:: Data to examine

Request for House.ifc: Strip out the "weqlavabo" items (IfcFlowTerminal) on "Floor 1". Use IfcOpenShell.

First a look at what the model holds.

```python
import ifcopenshell
import ifcopenshell.util.element

model = ifcopenshell.open("House.ifc")
print(model.schema)
storey = next(s for s in model.by_type("IfcBuildingStorey") if s.Name == "Floor 1")
terminals = [e for e in ifcopenshell.util.element.get_decomposition(storey) if e.is_a("IfcFlowTerminal")]
seen = {}
for e in terminals:
    element_type = ifcopenshell.util.element.get_type(e)
    name = element_type.Name if element_type not in (None, e) else None
    seen[name] = seen.get(name, 0) + 1
for name, count in sorted(seen.items(), key=str):
    print(count, "x", name)
```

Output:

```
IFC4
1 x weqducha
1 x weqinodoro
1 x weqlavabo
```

```python
import ifcopenshell
import ifcopenshell.api.root
import ifcopenshell.util.element

model = ifcopenshell.open("House.ifc")

storey = next(s for s in model.by_type("IfcBuildingStorey") if s.Name == "Floor 1")
terminals = [e for e in ifcopenshell.util.element.get_decomposition(storey) if e.is_a("IfcFlowTerminal")]
targets = [e for e in terminals if (t := ifcopenshell.util.element.get_type(e)) not in (None, e) and t.Name == "weqlavabo"]

for e in targets:
    ifcopenshell.api.root.remove_product(model, product=e)
print(len(targets), "removed")

model.write("House-out.ifc")
```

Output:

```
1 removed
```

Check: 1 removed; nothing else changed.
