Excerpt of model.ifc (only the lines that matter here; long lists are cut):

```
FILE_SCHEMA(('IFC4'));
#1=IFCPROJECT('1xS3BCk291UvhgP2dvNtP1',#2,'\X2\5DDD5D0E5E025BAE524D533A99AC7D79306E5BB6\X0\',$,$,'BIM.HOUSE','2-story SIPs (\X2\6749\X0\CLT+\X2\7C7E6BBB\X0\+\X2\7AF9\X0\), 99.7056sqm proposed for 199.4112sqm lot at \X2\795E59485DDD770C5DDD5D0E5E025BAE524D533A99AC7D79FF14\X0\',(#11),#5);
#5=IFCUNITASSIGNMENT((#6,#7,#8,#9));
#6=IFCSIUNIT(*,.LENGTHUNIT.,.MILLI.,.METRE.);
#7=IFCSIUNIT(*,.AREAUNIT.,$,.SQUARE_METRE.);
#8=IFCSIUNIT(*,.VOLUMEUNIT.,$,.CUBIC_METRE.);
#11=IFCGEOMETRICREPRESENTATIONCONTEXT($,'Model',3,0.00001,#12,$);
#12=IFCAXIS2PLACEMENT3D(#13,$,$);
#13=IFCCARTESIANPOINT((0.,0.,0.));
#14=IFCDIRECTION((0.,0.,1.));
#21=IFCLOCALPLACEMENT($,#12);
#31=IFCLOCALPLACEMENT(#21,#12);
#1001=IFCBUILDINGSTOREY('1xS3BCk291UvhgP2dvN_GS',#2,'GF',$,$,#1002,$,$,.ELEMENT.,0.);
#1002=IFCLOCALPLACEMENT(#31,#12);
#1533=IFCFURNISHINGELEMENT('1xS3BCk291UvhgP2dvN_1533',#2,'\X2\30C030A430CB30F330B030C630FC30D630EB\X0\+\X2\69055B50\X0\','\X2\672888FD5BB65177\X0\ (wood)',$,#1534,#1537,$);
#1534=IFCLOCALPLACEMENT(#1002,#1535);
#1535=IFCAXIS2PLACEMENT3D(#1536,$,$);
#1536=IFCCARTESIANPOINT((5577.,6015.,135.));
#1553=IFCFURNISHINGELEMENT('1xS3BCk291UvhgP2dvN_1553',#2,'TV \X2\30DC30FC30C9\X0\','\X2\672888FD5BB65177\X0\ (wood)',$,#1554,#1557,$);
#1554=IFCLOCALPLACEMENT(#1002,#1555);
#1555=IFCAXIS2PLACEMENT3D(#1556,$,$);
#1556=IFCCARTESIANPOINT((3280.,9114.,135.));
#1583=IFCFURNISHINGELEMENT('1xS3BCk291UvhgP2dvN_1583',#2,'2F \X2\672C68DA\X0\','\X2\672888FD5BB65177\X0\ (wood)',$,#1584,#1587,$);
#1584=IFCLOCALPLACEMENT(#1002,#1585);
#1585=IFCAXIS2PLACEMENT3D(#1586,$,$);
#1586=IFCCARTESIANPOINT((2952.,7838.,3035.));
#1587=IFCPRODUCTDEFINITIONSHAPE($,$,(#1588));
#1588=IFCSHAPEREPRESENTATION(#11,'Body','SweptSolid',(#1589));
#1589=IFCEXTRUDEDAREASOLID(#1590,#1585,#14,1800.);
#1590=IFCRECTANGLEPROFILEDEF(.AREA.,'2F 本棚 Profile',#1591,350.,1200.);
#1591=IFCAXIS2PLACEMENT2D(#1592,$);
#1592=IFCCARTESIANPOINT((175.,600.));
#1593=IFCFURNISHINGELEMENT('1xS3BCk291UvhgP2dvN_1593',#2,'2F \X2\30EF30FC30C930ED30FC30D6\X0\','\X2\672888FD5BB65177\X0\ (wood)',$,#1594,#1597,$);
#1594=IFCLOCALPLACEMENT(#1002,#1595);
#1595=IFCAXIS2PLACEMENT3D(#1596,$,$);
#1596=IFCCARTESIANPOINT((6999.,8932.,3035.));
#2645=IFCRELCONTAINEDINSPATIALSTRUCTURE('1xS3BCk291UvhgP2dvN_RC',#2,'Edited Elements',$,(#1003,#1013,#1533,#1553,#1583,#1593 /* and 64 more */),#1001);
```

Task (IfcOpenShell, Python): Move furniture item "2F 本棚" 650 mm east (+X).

```python
import ifcopenshell
import ifcopenshell.api.geometry
import ifcopenshell.util.placement

model = ifcopenshell.open("model.ifc")

item = model.by_guid("1xS3BCk291UvhgP2dvN_1583")
matrix = ifcopenshell.util.placement.get_local_placement(item.ObjectPlacement)
matrix[0, 3] += 650.0
ifcopenshell.api.geometry.edit_object_placement(model, product=item, matrix=matrix, is_si=False)

print(ifcopenshell.util.placement.get_local_placement(item.ObjectPlacement).round(3) + 0.0)

model.write("model_v2.ifc")
```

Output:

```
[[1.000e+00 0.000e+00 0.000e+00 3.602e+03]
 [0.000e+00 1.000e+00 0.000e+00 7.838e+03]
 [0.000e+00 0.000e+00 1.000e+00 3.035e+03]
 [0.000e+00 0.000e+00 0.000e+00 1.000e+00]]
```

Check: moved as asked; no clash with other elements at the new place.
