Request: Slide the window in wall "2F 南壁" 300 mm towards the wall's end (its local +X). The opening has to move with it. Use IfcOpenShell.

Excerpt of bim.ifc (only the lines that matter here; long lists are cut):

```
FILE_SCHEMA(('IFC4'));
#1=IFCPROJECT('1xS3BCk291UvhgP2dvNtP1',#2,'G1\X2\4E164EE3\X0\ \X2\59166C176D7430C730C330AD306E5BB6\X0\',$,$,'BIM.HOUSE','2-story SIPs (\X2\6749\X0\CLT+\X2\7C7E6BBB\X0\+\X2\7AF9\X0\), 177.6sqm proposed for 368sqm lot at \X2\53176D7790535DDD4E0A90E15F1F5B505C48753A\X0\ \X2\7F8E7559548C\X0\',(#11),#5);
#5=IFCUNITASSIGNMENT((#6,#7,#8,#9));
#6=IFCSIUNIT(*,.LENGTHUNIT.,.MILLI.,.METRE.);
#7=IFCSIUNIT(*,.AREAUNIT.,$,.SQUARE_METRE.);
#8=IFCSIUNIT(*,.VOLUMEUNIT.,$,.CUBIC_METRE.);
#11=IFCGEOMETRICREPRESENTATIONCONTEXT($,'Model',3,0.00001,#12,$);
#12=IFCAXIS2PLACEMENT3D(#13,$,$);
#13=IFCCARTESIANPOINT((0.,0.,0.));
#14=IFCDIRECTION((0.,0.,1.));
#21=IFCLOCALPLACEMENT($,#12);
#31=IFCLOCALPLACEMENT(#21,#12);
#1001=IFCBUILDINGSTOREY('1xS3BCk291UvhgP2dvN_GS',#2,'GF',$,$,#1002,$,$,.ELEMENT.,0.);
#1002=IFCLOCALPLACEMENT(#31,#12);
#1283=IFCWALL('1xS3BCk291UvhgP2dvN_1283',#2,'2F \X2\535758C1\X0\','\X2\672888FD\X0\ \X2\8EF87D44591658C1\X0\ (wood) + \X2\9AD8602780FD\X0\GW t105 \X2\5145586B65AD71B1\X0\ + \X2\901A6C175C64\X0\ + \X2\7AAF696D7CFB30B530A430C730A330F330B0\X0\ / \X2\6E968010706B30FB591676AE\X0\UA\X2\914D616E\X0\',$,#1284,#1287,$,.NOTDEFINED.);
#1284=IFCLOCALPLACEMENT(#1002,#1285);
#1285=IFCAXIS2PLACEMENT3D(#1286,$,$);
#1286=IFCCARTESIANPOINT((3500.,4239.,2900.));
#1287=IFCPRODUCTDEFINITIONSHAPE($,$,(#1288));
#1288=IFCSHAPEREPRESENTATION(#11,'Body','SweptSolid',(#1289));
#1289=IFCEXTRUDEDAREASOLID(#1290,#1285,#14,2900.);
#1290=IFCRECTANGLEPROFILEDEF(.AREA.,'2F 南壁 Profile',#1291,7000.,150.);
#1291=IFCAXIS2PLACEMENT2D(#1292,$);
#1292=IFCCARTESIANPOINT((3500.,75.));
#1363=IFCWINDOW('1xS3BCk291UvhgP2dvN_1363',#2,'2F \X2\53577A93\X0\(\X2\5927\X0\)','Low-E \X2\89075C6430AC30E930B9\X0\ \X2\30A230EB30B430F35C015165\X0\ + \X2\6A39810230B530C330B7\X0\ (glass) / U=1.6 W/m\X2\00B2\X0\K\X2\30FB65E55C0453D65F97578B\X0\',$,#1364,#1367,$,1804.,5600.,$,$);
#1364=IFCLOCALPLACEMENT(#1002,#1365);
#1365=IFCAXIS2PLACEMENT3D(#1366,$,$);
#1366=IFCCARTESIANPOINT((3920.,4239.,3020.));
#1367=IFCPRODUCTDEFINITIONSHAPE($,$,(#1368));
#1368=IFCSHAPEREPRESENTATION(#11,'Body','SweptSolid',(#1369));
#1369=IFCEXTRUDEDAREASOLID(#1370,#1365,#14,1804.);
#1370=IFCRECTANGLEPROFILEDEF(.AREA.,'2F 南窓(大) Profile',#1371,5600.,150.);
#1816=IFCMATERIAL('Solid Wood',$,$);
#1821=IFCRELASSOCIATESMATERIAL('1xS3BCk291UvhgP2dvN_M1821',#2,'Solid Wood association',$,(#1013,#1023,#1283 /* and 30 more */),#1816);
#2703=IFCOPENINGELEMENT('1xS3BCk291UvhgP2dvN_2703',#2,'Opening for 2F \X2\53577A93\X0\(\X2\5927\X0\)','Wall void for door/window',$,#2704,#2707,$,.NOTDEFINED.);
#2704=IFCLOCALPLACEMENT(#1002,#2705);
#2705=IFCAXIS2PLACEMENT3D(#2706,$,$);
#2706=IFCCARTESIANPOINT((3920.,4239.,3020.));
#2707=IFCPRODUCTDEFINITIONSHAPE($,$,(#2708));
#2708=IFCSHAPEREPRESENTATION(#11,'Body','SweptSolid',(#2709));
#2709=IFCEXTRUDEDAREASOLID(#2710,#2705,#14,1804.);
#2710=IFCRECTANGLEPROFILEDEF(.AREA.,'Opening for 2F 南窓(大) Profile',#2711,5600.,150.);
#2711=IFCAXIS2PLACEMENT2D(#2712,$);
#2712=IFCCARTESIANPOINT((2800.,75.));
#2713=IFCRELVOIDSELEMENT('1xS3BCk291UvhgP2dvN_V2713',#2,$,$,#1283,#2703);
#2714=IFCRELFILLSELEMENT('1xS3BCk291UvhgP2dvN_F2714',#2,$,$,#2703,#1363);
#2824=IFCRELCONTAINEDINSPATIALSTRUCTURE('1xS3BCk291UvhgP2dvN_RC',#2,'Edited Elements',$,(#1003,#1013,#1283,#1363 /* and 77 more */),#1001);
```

```python
import ifcopenshell
import ifcopenshell.api.geometry
import ifcopenshell.util.placement
import ifcopenshell.util.unit

model = ifcopenshell.open("bim.ifc")
unit_scale = ifcopenshell.util.unit.calculate_unit_scale(model)

window = model.by_guid("1xS3BCk291UvhgP2dvN_1363")
opening = window.FillsVoids[0].RelatingOpeningElement
wall = opening.VoidsElements[0].RelatingBuildingElement

wall_matrix = ifcopenshell.util.placement.get_local_placement(wall.ObjectPlacement)
shift = wall_matrix[:3, 0] * 0.3 / unit_scale
before = ifcopenshell.util.placement.get_local_placement(window.ObjectPlacement)[:3, 3].copy()

# The window is not placed relative to its opening, so move both.
for product in (opening, window):
    matrix = ifcopenshell.util.placement.get_local_placement(product.ObjectPlacement)
    matrix[:3, 3] += shift
    ifcopenshell.api.geometry.edit_object_placement(model, product=product, matrix=matrix, is_si=False)

after = ifcopenshell.util.placement.get_local_placement(window.ObjectPlacement)[:3, 3]
print("window moved by", (after - before).round(3) + 0.0)

model.write("bim-out.ifc")
```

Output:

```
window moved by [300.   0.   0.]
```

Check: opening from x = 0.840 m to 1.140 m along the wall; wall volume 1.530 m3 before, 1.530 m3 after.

::::

*What this task involves*
Given the entries above, count how many lines include the word "Excerpt"; respond with the number only.

*Result*
2